Oxamides, anyone?

Recently, I stumbled on a BMCL 2020 article from a team at BMS. In their quest for a new generation of HIV integrates inhibitors, they optimised a series of pretty sweet-looking (technical assessment) bridged tricyclic compounds . Actually, what really caught my eye was the oxamide functionality on those molecules.

I've always associated anything with adjacent carbonyl groups as being reactive and only useful in the context of reversible covalent inhibitors (for a recent review with a section on keto-amides see MedChemRes2023). I was wrong, and when dealing with oxamides, their mode of inhibition is good old fashion binding with no associated covalency.

What really gets exciting in this functional group is the shape and the number of interactions available to it. Unfortunately, there are not many examples of these in the CSD (small molecule X-Ray database with >1,000,000 entries) or in the COD (open small molecule X-Ray database with >500,000 entries). A couple of representative examples are depicted below.

What seems pretty clear is that mono-substituted oxamides are planar with the carbonyl facing opposite directions. As substitution increases, the planarity can be lost (presumably due to sterics) and a perpendicular conformation becomes either the lowest energy or at least readily accessible to the molecules.

Using those 2 conformational options and some really, really crude 3D overlays, it does look like oxamides could mimic sulfonamides.

(One pretty big caveat being the mismatch in exit vector... meaning that oxamides could never mimic the kink a central sulfonamide linker always gives to a molecule)

I tried to find examples from the literature to back this up. A striking example comes from J&J scientists (BMCL 2010) in the Cathepsin S literature. In their report, they investigated groups to replace the methyl sulfonamide group. Following an extensive exploration (I am only showing 2 cpmds below) they identified the oxamide as a suitable replacement. Co-crystal X-ray of close analogs illustrate that the oxamide can mimic the interactions made by the sulfonamide with the protein.

Mining the PDB confirmed oxamides often make multiple hydrogen bonds with the protein from either the carbonyls or N-Hs, as depicted on the left.
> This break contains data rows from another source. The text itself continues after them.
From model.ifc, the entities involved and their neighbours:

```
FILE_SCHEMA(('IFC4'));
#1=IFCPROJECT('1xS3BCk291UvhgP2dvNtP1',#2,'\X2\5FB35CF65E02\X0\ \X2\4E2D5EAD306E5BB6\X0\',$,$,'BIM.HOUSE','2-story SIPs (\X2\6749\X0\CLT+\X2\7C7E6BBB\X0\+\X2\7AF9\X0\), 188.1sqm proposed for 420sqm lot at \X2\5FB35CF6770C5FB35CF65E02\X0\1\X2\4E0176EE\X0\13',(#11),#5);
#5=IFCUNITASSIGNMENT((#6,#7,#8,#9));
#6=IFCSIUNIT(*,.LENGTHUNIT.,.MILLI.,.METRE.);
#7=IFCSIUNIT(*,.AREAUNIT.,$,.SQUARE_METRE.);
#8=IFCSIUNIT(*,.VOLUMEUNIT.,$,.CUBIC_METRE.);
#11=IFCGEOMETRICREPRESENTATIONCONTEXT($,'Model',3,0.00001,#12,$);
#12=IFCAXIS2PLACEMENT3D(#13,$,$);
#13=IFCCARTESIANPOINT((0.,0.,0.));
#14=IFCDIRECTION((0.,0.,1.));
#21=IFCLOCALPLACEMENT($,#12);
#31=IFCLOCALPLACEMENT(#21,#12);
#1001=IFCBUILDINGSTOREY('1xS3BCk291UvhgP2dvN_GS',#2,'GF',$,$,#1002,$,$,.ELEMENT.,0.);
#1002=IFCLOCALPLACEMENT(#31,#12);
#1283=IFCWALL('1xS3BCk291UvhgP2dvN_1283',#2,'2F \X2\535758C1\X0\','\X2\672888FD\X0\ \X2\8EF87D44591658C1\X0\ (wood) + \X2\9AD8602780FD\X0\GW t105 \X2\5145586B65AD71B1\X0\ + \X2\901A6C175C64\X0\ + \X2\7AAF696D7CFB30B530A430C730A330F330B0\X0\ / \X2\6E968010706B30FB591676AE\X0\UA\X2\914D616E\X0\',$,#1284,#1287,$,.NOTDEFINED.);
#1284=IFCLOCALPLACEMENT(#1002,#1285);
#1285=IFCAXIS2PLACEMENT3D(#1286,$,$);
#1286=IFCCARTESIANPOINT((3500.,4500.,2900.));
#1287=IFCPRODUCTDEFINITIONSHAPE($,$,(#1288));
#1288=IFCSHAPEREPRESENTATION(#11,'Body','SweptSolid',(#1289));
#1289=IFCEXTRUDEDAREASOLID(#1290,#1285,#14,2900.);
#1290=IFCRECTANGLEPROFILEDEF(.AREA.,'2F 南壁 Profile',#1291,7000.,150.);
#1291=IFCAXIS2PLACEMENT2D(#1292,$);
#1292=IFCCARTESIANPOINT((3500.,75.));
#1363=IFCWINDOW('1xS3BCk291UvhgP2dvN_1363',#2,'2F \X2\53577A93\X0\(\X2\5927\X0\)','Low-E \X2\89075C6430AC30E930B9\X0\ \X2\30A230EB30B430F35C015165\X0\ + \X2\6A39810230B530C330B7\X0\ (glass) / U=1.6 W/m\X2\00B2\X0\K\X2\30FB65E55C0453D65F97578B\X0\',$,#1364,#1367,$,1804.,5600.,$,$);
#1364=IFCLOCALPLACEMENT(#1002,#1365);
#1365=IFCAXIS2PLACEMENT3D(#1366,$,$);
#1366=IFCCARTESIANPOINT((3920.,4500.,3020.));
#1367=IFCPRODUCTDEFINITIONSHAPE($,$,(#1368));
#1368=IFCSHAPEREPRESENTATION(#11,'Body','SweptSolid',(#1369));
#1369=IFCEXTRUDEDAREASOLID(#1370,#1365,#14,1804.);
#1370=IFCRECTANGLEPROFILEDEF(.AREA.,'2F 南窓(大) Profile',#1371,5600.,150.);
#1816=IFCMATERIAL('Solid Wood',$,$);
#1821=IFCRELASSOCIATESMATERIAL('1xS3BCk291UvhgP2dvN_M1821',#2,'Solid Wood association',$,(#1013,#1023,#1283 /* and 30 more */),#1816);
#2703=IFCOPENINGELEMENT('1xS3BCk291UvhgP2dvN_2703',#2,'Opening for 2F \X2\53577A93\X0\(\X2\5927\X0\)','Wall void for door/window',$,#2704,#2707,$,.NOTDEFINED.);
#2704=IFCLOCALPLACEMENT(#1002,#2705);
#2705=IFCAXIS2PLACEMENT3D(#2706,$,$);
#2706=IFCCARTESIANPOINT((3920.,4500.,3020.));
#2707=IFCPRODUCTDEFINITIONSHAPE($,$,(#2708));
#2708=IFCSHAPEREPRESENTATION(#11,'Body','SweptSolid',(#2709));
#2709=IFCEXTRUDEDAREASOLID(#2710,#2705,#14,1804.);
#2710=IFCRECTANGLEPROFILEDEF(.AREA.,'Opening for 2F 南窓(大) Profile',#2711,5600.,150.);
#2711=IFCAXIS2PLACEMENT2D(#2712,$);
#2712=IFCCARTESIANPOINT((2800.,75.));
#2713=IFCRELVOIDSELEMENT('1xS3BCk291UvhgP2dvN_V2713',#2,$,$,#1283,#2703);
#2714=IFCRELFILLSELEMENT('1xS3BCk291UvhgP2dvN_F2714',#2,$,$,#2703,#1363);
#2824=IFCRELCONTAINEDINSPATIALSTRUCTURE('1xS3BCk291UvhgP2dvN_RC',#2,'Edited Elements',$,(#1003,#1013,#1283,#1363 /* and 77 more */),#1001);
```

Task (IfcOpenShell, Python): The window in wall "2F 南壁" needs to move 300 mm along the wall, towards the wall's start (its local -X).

```python
import ifcopenshell
import ifcopenshell.api.geometry
import ifcopenshell.util.placement

model = ifcopenshell.open("model.ifc")

window = model.by_guid("1xS3BCk291UvhgP2dvN_1363")
opening = window.FillsVoids[0].RelatingOpeningElement
wall = opening.VoidsElements[0].RelatingBuildingElement

wall_matrix = ifcopenshell.util.placement.get_local_placement(wall.ObjectPlacement)
shift = wall_matrix[:3, 0] * -300.0
before = ifcopenshell.util.placement.get_local_placement(window.ObjectPlacement)[:3, 3].copy()

# The window is not placed relative to its opening, so move both.
for product in (opening, window):
    matrix = ifcopenshell.util.placement.get_local_placement(product.ObjectPlacement)
    matrix[:3, 3] += shift
    ifcopenshell.api.geometry.edit_object_placement(model, product=product, matrix=matrix, is_si=False)

after = ifcopenshell.util.placement.get_local_placement(window.ObjectPlacement)[:3, 3]
print("window moved by", (after - before).round(3) + 0.0)

model.write("model_edited.ifc")
```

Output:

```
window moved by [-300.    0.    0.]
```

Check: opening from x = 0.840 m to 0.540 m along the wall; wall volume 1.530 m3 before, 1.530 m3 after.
Given their versatility, it is not surprising to find oxamides being used as fragments in screening campaigns. Amos Smith et al identified oxamides as HIV-1 entry inhibitor starting points (JMedChem2012, ACSMedChemLett2021) and Merck/Edelris identified some as novel Cyclophilin D inhibitors (BMCL2019).

When "hunting" for drugs, however, finding ligands is only a part of the equation. The bigger questions for oxamides are how these would behave in vivo and whether they could actually end up in drugs.

It turns out that they are quite drug-like, as demonstrated by the HIV-integrase literature. Merck scientists worked extensively on this target and identified multiple well-behaved oxamide compounds (BMCL2006, JMedChem2008). This is best illustrated in the table to the right. In the JMedChem account of the discovery of the HIV-integrase drug Raltegravir, the authors also profiled an oxamide analog (cmpd 11). In the end, the compounds were quite similar from a PK perspective and the more active oxadiazole compound was selected for development.

Coming back to the original point around ketoamides/glyoxamides being used as reversible covalent inhibitors, I also realised that this was not always the case. There are 2 notorious examples where glyoxamides are found in drugs or drug-like compounds, while not relying on covalent binding.

Temsavir (for a page-turning account on its discovery, see MedChemRes2021) and Talmapimod (unfortunately, I was not able to find a MedChem account of its discovery but a story around a PET version can be found here: ACSChemNeuroscience 2023).

The same perpendicular orientation of the carbonyl groups can be found in both cases and as far as I can tell, the reactivity of the ketone is minimal (either because of stereoelectronic effects or the because it is more a vinyloguous amide than a ketone).

To conclude, oxamides were certainly never on my radar, but given their drug-like nature, good in-vivo behaviour and the number of possible H-bonds they can make, I now think they should join amides, sulfonamides, ureas in our library explorations.